Identify each line below containing the string "Check" and copy it.

### Stored data entries
-=-=-

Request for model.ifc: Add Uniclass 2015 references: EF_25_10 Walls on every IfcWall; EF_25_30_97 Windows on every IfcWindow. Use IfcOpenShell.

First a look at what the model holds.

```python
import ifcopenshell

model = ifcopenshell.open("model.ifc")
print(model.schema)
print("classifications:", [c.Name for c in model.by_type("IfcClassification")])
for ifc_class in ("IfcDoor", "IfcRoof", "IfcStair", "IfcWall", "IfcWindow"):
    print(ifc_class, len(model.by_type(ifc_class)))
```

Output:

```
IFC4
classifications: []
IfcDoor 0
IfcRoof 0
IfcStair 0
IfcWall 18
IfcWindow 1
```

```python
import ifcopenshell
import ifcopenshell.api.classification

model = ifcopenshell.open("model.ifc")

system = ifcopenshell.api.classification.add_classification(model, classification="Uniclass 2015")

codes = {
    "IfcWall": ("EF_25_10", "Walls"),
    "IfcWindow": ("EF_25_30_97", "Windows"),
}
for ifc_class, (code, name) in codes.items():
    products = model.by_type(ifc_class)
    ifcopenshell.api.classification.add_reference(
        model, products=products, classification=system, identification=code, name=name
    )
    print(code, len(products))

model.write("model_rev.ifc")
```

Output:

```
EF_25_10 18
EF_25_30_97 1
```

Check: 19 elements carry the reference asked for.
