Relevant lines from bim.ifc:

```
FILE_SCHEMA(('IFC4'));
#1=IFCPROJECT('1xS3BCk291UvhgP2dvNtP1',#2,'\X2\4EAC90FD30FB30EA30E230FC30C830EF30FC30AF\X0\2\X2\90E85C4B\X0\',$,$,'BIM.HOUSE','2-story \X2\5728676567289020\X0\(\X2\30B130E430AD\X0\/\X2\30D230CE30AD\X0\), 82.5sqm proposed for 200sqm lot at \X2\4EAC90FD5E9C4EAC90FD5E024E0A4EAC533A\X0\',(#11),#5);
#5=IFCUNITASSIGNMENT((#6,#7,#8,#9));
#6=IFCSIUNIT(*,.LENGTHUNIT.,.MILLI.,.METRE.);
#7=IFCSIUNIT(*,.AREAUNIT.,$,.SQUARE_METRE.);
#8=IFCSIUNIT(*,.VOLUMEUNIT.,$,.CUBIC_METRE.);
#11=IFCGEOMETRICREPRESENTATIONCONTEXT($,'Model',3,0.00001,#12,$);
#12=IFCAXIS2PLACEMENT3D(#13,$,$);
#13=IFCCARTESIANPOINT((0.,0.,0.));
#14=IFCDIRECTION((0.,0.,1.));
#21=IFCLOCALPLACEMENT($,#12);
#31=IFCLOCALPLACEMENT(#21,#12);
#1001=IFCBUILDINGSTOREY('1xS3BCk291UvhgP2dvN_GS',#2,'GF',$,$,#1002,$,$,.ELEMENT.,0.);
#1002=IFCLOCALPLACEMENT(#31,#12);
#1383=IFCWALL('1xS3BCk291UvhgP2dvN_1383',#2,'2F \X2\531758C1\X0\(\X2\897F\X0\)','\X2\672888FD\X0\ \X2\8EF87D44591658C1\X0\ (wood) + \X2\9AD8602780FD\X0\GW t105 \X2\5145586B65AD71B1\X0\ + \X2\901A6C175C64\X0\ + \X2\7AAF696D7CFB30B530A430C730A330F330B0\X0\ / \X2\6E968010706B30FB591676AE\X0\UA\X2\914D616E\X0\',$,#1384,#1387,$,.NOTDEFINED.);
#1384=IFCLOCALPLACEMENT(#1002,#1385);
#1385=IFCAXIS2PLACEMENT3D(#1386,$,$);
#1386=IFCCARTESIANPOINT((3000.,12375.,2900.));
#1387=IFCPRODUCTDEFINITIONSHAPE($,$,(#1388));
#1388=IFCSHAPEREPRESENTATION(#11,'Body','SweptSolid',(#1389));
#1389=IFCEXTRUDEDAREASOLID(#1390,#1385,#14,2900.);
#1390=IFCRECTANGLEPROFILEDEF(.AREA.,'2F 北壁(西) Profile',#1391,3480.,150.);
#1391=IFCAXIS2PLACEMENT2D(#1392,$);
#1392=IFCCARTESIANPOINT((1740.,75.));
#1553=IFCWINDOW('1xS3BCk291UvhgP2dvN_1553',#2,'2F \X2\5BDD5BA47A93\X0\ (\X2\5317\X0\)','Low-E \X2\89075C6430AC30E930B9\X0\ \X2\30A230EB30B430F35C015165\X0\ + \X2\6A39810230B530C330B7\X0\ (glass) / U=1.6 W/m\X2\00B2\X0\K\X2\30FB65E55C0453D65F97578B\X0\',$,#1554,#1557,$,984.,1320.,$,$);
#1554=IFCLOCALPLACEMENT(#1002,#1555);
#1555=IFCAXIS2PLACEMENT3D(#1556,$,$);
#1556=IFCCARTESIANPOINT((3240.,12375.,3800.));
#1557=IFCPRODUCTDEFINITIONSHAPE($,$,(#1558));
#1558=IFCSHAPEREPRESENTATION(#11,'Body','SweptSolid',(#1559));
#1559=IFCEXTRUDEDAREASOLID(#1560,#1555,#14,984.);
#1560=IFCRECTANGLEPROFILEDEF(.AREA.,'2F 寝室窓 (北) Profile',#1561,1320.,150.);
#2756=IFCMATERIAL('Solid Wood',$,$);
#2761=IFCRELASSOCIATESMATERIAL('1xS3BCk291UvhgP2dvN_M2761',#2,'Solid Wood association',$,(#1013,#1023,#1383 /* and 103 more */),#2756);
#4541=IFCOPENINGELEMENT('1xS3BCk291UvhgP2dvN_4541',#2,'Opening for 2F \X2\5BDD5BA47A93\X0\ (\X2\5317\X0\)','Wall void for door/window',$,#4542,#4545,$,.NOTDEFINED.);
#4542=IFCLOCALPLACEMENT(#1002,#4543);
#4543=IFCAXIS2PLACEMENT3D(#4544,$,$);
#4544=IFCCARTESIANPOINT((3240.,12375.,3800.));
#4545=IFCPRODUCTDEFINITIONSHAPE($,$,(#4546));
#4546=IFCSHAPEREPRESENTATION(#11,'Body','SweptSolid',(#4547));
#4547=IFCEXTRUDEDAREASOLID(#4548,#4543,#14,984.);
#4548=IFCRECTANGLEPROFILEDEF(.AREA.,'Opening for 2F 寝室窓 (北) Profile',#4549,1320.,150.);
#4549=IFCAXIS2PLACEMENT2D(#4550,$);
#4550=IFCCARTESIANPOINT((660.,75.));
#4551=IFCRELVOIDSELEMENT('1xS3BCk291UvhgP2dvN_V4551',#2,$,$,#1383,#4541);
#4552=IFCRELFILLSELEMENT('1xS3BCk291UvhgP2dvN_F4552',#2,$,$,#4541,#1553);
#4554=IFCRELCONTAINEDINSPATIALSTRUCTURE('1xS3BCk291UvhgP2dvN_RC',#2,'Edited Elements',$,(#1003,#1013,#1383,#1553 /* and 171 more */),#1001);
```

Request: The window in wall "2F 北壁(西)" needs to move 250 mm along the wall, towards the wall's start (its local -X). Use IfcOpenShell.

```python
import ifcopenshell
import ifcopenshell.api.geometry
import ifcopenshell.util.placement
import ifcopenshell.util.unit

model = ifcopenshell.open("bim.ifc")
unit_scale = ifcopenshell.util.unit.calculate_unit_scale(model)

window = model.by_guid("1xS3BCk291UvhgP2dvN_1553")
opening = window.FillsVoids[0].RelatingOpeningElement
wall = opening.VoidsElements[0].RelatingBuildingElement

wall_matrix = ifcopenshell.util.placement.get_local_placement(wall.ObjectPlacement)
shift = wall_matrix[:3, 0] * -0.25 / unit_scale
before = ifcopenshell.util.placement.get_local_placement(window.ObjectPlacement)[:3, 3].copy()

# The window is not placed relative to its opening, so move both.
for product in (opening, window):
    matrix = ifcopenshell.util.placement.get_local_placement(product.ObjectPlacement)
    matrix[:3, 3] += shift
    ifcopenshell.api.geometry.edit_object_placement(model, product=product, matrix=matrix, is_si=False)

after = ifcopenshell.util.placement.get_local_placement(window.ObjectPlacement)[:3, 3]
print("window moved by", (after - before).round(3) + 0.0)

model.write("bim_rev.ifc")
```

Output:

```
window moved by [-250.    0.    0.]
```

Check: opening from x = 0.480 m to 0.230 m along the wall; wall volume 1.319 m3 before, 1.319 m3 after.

-=-=-

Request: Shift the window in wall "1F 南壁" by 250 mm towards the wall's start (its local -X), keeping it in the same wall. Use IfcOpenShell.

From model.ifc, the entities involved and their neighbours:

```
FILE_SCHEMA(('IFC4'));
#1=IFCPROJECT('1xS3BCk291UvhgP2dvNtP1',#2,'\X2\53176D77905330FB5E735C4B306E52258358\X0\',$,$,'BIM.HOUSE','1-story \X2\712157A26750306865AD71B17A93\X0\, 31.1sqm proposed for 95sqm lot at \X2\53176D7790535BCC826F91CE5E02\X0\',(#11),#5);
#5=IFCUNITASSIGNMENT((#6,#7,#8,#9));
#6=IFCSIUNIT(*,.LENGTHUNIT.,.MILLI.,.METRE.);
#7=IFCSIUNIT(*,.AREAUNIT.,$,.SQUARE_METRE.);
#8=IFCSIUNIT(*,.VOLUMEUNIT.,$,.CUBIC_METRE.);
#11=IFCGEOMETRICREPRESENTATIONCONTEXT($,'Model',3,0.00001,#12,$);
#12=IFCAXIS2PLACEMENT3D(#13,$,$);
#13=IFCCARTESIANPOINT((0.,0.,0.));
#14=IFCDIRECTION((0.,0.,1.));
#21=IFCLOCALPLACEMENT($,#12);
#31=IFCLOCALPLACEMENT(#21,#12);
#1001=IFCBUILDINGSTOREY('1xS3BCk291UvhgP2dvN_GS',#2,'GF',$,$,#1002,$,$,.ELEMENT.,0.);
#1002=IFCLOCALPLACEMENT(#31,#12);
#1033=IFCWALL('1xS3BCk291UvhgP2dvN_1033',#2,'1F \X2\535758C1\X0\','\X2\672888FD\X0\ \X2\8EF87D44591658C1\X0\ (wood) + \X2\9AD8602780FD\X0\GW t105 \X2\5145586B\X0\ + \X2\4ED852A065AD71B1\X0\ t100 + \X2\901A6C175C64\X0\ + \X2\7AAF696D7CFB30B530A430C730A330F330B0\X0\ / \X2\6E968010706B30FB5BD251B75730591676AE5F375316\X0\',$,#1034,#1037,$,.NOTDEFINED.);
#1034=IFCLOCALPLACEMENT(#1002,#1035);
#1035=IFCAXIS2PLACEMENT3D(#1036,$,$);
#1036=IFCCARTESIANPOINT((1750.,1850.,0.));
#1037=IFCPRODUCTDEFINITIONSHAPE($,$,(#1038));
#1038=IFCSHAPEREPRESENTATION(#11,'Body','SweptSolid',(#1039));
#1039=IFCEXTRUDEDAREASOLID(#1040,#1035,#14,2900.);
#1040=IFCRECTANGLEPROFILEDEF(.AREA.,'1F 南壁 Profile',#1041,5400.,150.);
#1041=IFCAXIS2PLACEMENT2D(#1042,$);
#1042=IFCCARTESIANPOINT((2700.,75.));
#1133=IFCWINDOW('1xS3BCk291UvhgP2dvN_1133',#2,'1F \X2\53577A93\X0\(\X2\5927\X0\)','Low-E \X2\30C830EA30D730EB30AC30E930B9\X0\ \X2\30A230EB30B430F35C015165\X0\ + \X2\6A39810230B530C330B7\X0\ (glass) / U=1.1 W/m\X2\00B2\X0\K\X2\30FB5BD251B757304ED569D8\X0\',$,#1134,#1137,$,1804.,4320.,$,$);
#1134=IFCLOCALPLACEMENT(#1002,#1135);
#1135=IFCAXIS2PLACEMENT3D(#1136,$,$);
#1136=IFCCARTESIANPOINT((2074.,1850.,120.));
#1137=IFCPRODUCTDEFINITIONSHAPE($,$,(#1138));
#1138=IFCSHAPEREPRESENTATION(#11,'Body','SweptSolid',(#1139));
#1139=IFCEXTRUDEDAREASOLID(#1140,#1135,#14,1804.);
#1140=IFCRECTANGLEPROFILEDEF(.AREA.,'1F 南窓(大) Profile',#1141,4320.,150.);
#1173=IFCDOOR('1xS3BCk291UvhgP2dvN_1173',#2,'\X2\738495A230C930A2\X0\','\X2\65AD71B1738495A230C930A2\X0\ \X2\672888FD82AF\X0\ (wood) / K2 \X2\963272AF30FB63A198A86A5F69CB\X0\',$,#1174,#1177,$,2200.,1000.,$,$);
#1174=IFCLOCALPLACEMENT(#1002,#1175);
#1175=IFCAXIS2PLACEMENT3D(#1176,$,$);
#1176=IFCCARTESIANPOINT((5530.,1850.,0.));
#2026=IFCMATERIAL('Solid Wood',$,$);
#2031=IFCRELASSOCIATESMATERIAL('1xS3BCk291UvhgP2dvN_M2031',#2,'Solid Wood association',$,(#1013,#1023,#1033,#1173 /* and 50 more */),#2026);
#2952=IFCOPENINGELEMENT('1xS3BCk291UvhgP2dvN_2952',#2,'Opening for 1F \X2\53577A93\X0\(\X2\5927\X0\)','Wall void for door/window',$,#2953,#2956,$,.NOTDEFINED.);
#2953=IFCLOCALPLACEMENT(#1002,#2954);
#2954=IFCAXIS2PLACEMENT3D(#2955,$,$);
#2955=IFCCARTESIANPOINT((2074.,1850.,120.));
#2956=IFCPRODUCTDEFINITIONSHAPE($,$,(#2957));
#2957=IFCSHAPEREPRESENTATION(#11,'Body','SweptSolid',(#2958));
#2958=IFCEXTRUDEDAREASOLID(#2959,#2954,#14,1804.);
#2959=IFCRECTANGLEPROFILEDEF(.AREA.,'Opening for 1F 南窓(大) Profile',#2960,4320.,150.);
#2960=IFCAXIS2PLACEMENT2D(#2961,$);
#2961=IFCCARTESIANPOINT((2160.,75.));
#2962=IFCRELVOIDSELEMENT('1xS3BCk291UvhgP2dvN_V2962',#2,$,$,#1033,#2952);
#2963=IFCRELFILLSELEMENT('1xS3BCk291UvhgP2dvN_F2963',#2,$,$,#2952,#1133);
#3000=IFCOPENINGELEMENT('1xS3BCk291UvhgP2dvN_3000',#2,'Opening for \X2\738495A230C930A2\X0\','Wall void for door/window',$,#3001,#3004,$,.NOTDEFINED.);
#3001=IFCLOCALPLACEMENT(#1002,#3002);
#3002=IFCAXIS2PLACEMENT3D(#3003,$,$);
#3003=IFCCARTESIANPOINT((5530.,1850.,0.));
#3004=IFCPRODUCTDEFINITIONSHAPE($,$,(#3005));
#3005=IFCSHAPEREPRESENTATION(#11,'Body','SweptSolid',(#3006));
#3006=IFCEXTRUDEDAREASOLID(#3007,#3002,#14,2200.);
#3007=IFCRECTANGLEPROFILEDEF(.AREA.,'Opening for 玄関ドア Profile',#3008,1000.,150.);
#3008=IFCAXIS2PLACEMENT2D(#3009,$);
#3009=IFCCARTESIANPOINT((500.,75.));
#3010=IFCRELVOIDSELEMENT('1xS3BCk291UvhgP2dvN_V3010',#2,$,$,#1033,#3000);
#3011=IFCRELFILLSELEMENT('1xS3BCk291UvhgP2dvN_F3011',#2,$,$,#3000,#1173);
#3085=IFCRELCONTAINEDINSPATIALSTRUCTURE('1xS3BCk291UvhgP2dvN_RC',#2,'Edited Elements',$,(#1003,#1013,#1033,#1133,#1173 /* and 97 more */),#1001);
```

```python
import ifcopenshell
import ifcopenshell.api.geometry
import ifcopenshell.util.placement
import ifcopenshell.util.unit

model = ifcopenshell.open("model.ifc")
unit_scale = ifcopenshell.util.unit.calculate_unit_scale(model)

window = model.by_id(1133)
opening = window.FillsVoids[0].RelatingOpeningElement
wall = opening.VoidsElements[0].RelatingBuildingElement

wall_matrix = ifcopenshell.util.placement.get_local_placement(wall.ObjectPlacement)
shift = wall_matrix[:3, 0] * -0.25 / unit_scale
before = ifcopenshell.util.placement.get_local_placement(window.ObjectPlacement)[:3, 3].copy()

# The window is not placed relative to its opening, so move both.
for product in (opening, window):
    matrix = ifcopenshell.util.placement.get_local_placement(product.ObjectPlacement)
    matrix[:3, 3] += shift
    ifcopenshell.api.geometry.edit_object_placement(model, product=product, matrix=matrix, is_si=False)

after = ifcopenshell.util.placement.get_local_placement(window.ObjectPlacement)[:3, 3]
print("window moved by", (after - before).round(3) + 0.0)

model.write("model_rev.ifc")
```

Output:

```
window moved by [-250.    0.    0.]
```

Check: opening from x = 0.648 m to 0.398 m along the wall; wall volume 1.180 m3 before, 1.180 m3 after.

-=-=-

### Completed exercise
Check: 19 elements carry the reference asked for.
Check: opening from x = 0.480 m to 0.230 m along the wall; wall volume 1.319 m3 before, 1.319 m3 after.
Check: opening from x = 0.648 m to 0.398 m along the wall; wall volume 1.180 m3 before, 1.180 m3 after.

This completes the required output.